Phillip Blanchard

Hacks

 

     L was a superb city editor in his day. When I was a “cub reporter,” he watched as I hyperventilated about the difficult logistics of covering a big fire. “What’s my deadline? What if there’s no phone? What if the chief won’t talk to me? Will I have enough time to talk to the neighbors? What if they don’t let my car through the lines?” I prattled.

    “Just cover the damn fire,” L told me. He had little patience for major productions. I learned a lot from him.

     Fourteen years later, when I returned to L’s newspaper as a copy editor and slot man, I was at first delighted to find him on the copy desk. What a font of information, I thought. How lucky it was that the reporters of 1986 had such a resource from which to draw.

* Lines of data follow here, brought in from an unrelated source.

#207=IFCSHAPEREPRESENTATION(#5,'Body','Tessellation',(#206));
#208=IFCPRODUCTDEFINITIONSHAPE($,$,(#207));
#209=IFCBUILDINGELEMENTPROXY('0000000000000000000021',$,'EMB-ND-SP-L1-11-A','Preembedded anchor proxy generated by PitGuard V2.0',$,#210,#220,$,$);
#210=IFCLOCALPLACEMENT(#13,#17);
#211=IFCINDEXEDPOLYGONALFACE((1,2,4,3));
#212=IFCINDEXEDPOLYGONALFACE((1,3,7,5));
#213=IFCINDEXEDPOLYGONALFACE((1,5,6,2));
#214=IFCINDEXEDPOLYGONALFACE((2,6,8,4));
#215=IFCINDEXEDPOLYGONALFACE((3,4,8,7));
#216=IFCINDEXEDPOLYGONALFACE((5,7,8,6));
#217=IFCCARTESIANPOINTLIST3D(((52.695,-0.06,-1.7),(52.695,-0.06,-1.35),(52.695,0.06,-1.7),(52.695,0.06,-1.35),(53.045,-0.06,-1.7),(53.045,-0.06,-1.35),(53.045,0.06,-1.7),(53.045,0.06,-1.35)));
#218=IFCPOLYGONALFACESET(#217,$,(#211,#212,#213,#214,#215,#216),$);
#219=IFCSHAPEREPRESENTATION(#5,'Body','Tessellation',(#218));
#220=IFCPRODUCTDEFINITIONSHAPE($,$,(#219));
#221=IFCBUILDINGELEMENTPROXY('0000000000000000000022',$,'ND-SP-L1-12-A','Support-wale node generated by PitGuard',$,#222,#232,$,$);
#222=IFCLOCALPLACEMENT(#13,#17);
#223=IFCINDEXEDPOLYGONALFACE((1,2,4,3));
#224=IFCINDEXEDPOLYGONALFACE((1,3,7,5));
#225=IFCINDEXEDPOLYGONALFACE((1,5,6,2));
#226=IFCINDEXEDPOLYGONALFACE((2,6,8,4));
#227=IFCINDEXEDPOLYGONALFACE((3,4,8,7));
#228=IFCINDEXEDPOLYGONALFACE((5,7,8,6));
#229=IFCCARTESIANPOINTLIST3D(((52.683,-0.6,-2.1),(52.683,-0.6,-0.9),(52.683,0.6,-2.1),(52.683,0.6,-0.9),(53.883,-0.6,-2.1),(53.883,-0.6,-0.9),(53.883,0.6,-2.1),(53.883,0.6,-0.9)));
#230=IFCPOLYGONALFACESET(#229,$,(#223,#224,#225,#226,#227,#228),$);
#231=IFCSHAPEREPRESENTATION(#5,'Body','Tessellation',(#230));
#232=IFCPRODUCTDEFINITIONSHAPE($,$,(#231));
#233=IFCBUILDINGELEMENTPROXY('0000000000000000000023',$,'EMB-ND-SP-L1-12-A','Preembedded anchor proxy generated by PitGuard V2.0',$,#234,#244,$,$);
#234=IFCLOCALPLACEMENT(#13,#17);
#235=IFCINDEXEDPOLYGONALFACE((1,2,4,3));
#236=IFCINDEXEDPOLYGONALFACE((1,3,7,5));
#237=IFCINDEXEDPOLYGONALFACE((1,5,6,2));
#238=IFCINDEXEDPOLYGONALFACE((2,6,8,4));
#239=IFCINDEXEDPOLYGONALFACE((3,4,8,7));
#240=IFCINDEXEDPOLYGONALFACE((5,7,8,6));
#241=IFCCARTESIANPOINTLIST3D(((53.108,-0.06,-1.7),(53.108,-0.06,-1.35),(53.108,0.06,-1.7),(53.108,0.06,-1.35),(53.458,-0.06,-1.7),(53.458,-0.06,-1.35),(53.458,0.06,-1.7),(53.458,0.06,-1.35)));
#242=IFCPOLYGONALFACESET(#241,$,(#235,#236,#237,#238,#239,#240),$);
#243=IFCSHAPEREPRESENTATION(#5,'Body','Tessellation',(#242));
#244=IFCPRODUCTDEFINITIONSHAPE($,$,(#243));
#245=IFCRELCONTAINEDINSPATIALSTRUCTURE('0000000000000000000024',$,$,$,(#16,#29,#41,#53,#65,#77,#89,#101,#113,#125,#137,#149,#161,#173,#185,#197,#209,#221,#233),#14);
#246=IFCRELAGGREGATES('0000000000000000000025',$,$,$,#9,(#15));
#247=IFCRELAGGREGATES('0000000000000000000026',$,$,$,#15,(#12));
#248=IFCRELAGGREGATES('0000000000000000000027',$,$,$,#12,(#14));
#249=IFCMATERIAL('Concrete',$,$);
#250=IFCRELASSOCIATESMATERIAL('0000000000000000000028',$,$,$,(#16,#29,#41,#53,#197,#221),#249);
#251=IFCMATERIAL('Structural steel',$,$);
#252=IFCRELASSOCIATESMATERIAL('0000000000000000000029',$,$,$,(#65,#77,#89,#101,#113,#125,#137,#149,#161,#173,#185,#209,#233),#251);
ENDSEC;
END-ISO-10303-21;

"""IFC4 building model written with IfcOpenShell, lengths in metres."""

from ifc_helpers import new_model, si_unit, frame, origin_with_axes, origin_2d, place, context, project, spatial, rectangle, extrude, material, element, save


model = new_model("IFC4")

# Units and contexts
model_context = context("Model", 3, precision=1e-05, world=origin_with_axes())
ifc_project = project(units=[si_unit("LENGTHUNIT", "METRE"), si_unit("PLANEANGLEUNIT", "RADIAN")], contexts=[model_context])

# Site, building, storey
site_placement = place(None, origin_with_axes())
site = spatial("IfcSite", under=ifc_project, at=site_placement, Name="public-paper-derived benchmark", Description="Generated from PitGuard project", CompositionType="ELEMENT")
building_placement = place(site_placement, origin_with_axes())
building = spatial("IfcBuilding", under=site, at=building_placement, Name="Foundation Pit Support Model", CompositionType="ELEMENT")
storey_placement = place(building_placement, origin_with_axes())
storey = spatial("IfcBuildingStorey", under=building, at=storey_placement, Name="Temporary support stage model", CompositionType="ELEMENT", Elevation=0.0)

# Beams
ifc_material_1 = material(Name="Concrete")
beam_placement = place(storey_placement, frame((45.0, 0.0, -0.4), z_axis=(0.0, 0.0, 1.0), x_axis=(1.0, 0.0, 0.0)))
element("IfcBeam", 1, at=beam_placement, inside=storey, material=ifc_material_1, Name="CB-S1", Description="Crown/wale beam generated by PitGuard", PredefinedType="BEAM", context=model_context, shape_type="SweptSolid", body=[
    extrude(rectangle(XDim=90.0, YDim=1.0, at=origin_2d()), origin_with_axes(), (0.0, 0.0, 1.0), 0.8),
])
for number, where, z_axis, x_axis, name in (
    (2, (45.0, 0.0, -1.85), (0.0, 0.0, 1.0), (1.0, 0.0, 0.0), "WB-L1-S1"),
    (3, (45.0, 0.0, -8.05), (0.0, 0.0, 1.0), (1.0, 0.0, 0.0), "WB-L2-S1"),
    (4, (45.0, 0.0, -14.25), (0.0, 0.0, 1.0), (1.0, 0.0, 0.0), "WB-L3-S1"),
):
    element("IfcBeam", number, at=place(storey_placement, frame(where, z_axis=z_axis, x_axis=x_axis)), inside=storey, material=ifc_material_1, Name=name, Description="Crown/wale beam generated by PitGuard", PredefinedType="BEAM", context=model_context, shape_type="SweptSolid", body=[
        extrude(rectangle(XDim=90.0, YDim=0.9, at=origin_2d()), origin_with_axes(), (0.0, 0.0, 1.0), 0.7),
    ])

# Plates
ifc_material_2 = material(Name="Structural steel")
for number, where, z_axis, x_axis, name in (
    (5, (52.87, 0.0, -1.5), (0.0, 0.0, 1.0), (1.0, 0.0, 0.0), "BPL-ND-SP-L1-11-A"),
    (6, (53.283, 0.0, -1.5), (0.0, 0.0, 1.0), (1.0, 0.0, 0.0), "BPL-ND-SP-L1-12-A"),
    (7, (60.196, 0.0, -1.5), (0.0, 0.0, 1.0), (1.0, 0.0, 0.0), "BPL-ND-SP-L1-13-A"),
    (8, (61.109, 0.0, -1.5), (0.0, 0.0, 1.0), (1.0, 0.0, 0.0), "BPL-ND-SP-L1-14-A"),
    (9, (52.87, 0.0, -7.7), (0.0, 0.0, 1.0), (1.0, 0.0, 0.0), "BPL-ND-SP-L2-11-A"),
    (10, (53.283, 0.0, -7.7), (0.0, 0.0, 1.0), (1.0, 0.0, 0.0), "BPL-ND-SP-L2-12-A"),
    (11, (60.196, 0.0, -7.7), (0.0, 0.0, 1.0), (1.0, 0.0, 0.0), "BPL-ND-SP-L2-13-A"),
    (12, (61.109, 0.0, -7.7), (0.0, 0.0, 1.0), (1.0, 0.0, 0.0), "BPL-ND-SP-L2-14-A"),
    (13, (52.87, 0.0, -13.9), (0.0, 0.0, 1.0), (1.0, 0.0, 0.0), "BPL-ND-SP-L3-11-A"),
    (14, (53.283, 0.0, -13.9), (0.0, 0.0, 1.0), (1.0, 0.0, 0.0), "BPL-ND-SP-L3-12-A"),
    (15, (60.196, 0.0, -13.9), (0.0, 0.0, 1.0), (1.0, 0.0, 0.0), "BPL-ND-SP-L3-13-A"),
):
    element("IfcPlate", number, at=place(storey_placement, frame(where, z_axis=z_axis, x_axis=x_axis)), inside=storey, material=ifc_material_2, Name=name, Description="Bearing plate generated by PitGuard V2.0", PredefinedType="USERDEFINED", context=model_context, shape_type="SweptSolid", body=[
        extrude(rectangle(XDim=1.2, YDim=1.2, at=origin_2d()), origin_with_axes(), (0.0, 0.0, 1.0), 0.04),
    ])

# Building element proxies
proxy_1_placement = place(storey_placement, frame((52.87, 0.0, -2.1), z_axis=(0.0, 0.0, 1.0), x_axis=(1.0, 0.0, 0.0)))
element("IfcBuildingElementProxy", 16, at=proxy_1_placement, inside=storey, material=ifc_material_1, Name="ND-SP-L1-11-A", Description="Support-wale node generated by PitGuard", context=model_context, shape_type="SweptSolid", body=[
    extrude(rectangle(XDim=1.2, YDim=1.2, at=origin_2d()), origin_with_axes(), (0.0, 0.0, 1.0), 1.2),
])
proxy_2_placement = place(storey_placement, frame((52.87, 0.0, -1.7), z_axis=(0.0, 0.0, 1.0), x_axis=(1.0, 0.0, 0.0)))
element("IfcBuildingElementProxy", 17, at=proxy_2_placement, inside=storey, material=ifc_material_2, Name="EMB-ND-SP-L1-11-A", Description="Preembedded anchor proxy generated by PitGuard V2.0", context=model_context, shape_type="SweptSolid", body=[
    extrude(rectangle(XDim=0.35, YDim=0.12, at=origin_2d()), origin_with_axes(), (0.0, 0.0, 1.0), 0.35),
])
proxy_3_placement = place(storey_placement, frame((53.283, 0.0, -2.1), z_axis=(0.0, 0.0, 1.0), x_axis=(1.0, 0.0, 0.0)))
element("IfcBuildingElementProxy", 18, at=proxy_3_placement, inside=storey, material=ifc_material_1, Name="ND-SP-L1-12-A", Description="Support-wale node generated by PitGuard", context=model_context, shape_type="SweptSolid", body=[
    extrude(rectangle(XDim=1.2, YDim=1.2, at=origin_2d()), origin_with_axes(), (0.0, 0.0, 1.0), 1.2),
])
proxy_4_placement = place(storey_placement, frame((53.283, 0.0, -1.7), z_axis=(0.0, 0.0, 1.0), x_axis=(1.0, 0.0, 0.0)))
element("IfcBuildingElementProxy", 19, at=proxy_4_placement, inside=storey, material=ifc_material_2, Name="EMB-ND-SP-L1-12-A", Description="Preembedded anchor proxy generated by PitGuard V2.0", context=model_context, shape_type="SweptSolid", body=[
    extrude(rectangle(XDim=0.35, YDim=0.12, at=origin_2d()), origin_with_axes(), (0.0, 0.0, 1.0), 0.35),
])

     But L was just marking time. He came in at 5 every day, sat down and plowed through whatever was tossed his way, quickly and without comment. His copy editing was competent but just barely so. His headlines were serviceable but nothing better. He went home for lunch at mid-shift every night and came back carrying bad novels to read during his down time and, also, a hint of the Scotch he professed to love so well.

     My first role model had become a hack.

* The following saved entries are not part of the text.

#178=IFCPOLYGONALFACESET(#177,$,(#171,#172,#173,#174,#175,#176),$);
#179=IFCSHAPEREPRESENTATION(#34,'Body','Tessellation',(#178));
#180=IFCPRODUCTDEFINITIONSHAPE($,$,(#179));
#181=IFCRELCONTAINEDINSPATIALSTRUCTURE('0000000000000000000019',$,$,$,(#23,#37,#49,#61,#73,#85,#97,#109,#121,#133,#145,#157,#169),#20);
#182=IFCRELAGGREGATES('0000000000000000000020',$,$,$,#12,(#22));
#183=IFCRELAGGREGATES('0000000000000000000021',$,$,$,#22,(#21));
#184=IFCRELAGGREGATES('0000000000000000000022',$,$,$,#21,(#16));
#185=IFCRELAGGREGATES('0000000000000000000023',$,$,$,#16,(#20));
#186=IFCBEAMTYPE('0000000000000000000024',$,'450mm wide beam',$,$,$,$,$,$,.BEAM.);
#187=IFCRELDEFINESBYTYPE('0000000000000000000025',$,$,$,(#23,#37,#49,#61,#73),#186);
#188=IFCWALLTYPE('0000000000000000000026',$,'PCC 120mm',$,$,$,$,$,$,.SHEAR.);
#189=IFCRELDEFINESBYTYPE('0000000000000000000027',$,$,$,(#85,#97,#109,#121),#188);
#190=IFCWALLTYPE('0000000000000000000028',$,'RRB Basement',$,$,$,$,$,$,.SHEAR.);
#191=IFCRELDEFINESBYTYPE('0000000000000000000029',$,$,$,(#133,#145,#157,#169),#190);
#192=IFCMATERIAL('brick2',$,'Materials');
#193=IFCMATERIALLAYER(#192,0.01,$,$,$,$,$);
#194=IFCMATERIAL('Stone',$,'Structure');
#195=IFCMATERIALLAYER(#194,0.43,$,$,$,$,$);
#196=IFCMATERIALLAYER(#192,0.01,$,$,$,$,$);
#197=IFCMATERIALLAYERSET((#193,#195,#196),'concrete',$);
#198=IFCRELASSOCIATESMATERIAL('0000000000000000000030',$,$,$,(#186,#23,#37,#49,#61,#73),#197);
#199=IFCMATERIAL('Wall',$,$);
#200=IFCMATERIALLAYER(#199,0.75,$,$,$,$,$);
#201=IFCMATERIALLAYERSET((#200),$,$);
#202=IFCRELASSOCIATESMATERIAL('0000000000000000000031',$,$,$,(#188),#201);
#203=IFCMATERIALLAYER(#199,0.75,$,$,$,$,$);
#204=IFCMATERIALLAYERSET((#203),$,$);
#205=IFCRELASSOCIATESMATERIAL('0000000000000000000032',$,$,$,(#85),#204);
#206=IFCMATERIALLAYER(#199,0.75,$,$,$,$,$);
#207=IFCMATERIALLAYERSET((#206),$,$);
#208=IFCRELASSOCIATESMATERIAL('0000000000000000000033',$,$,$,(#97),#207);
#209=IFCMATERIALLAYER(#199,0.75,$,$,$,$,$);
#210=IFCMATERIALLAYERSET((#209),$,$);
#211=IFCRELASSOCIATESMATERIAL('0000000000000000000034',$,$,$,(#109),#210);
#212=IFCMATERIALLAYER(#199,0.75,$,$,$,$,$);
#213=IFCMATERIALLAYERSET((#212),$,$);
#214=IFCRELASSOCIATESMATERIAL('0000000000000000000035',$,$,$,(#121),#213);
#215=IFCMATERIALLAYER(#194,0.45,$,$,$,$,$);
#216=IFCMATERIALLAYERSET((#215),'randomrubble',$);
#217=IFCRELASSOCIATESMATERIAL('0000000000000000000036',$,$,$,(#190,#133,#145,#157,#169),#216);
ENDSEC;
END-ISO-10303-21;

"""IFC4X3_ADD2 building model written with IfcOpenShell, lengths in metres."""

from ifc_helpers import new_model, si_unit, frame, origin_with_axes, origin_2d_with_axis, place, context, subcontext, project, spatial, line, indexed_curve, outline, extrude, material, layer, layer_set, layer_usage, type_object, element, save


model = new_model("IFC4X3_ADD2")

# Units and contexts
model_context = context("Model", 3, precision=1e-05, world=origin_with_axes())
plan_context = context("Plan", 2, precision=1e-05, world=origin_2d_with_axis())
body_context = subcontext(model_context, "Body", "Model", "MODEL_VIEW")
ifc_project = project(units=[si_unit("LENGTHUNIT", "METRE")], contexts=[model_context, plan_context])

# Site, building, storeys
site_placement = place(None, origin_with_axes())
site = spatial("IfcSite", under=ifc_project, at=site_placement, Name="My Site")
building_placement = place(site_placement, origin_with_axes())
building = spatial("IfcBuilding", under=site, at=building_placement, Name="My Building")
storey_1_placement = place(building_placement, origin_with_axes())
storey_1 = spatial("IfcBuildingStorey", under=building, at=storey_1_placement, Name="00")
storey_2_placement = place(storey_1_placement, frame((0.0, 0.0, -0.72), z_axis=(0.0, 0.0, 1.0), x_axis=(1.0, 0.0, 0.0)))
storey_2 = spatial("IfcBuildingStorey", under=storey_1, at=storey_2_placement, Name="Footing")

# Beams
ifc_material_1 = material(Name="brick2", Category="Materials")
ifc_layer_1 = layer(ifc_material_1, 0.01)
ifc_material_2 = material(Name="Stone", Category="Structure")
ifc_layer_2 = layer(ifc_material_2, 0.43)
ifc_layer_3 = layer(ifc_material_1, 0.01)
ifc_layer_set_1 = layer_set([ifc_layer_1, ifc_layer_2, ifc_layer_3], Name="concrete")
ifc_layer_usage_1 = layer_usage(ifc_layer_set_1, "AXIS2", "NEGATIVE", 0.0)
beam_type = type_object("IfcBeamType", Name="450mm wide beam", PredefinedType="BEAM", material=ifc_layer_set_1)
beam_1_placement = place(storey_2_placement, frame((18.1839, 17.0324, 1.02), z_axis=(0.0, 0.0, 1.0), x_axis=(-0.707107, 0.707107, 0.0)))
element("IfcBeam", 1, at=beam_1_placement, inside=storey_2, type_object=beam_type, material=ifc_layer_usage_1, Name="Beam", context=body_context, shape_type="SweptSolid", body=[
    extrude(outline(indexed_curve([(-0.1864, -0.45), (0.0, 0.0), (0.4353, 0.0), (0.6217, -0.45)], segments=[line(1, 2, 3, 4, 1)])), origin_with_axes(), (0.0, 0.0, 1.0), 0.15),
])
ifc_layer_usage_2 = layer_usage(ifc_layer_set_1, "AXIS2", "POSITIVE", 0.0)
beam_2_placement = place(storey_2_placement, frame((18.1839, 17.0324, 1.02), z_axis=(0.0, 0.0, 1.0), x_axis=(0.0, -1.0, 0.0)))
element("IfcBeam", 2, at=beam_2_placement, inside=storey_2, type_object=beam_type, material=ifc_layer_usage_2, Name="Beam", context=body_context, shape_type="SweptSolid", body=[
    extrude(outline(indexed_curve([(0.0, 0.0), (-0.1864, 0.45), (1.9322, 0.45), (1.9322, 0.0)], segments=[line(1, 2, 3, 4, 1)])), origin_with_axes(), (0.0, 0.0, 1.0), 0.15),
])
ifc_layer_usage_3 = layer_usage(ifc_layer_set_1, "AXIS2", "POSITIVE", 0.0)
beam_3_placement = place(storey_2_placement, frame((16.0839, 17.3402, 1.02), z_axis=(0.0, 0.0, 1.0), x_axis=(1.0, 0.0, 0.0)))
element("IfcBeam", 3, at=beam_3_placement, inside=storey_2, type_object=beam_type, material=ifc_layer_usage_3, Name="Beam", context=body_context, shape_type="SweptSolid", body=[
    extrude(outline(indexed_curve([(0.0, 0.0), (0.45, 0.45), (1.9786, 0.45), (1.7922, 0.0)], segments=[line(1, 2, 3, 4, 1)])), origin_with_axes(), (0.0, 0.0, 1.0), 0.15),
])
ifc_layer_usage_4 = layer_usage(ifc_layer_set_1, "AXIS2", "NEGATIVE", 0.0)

     L retired a couple of years after I left the paper for Chicago, and died not long after that.

     Throughout my career I have encountered hacks. Most of them were personable. Most of them went through the ritual of juggling eyeglasses with various prescriptions so they could read copy on their VDTs. A good number of them were drunks or reformed drunks.

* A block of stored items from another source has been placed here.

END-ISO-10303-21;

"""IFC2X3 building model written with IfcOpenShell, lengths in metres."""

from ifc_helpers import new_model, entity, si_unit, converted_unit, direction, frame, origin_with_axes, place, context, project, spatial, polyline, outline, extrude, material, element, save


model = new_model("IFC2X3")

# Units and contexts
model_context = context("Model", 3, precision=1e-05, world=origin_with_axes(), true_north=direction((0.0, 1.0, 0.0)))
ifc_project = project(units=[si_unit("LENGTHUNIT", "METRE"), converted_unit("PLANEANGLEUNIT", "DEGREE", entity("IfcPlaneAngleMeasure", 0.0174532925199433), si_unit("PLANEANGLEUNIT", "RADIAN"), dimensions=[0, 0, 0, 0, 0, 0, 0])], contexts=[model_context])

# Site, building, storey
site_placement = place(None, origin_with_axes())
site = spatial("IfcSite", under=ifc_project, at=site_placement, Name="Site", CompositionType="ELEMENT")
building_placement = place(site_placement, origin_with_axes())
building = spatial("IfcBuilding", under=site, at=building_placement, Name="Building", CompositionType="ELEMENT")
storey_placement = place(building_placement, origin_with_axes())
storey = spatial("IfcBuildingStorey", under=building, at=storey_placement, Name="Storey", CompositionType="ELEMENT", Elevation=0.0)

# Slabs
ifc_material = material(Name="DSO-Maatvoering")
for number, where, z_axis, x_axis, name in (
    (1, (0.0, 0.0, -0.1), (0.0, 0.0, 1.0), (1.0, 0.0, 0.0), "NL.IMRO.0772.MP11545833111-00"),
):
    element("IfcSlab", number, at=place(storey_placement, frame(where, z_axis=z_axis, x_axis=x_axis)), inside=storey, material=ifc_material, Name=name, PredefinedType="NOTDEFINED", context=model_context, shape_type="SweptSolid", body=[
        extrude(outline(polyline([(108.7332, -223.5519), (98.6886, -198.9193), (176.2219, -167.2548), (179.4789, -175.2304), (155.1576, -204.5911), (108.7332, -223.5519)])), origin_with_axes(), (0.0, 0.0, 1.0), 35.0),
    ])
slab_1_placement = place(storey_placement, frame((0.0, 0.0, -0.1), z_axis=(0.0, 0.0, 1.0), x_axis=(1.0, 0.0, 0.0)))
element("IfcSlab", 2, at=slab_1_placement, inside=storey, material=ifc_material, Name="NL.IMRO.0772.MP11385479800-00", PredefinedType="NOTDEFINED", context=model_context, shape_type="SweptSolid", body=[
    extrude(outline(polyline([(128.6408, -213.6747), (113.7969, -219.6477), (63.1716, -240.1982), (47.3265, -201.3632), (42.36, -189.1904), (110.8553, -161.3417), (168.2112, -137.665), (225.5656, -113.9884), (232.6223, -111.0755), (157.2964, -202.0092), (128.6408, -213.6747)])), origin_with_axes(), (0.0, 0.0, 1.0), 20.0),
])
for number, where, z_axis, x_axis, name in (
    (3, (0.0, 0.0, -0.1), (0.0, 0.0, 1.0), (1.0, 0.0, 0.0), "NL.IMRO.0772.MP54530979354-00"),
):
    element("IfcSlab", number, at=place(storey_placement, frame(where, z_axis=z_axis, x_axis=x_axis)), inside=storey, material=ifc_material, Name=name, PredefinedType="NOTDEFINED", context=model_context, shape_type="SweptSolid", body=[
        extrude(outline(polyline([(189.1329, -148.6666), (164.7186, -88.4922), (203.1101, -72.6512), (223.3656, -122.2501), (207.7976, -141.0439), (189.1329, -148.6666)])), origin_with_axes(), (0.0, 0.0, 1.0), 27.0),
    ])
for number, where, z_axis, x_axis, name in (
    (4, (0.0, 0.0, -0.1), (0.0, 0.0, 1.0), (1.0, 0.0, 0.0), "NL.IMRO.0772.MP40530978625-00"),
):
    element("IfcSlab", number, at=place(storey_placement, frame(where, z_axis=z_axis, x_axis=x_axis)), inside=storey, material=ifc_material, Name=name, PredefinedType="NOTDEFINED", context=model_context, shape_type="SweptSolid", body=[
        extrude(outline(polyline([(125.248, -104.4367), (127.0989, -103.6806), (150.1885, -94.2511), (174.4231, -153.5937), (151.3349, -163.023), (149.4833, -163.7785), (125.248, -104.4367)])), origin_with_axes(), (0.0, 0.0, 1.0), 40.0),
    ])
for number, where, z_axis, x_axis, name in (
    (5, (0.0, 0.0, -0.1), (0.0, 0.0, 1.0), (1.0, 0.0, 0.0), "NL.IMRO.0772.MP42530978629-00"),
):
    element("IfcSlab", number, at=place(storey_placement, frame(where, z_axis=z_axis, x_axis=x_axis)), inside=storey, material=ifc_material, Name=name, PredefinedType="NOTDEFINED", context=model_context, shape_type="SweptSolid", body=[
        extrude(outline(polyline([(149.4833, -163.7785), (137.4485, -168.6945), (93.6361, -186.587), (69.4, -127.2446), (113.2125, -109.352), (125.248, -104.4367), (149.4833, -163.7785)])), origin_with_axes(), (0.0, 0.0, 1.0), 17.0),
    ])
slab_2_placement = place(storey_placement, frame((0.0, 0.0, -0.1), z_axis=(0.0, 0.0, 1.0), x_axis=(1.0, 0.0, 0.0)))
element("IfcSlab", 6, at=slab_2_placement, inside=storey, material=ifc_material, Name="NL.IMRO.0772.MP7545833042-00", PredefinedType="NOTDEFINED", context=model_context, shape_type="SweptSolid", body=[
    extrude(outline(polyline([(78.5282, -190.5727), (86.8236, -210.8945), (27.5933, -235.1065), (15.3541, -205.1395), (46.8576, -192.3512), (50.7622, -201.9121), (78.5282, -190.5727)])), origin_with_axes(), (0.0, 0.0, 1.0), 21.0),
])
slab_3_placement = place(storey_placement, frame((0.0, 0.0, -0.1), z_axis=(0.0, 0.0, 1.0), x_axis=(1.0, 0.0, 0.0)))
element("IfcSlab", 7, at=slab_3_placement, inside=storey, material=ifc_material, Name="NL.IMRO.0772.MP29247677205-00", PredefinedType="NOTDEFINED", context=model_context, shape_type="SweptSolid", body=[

     Almost all of them were frank about their ambition: They had none. They talked a lot about retirement, and most of them had hobbies or other avocations that they clearly cared about more than they did newspaper work.

     They generally could be depended upon to move copy quickly. Usually one of them was the guy who got the Page One story that moved an hour and half past deadline, because he (exclusively, the hacks I knew were men) would fix the spelling and write a usable headline in no time.

     We could always go back between editions and do it right.

     As I approach the age of 50, hacks are on my mind because of a dreadful fear of becoming one. In my more rational moments, I realize that while I may, regrettably, have become mildly eccentric in my middle age, I would have to slide considerably to become a hack. (Most hacks are eccentric, but not all copy-desk eccentrics are hacks.) It is true that I have to go through the eyeglass-fumbling ritual when I arrive at work, but I can’t be blamed for failing eyesight.

     My strategy for avoiding hackdom is simple: I try to remain engaged. In previous positions, that was not a problem; as what might be laughingly called a “key” editor, I had specific responsibilities for entire sections of the newspaper.

     Now, as a “pure” copy editor, I find it necessary to stick my nose into other people’s business to maintain the level of engagement I require to stay reasonably sharp. No doubt others find this annoying at times, but I am willing to accept that judgment if it helps me avoid obsession with fly-fishing, building a vacation home, or investing to finance a “comfortable retirement”—a term I consider oxymoronic.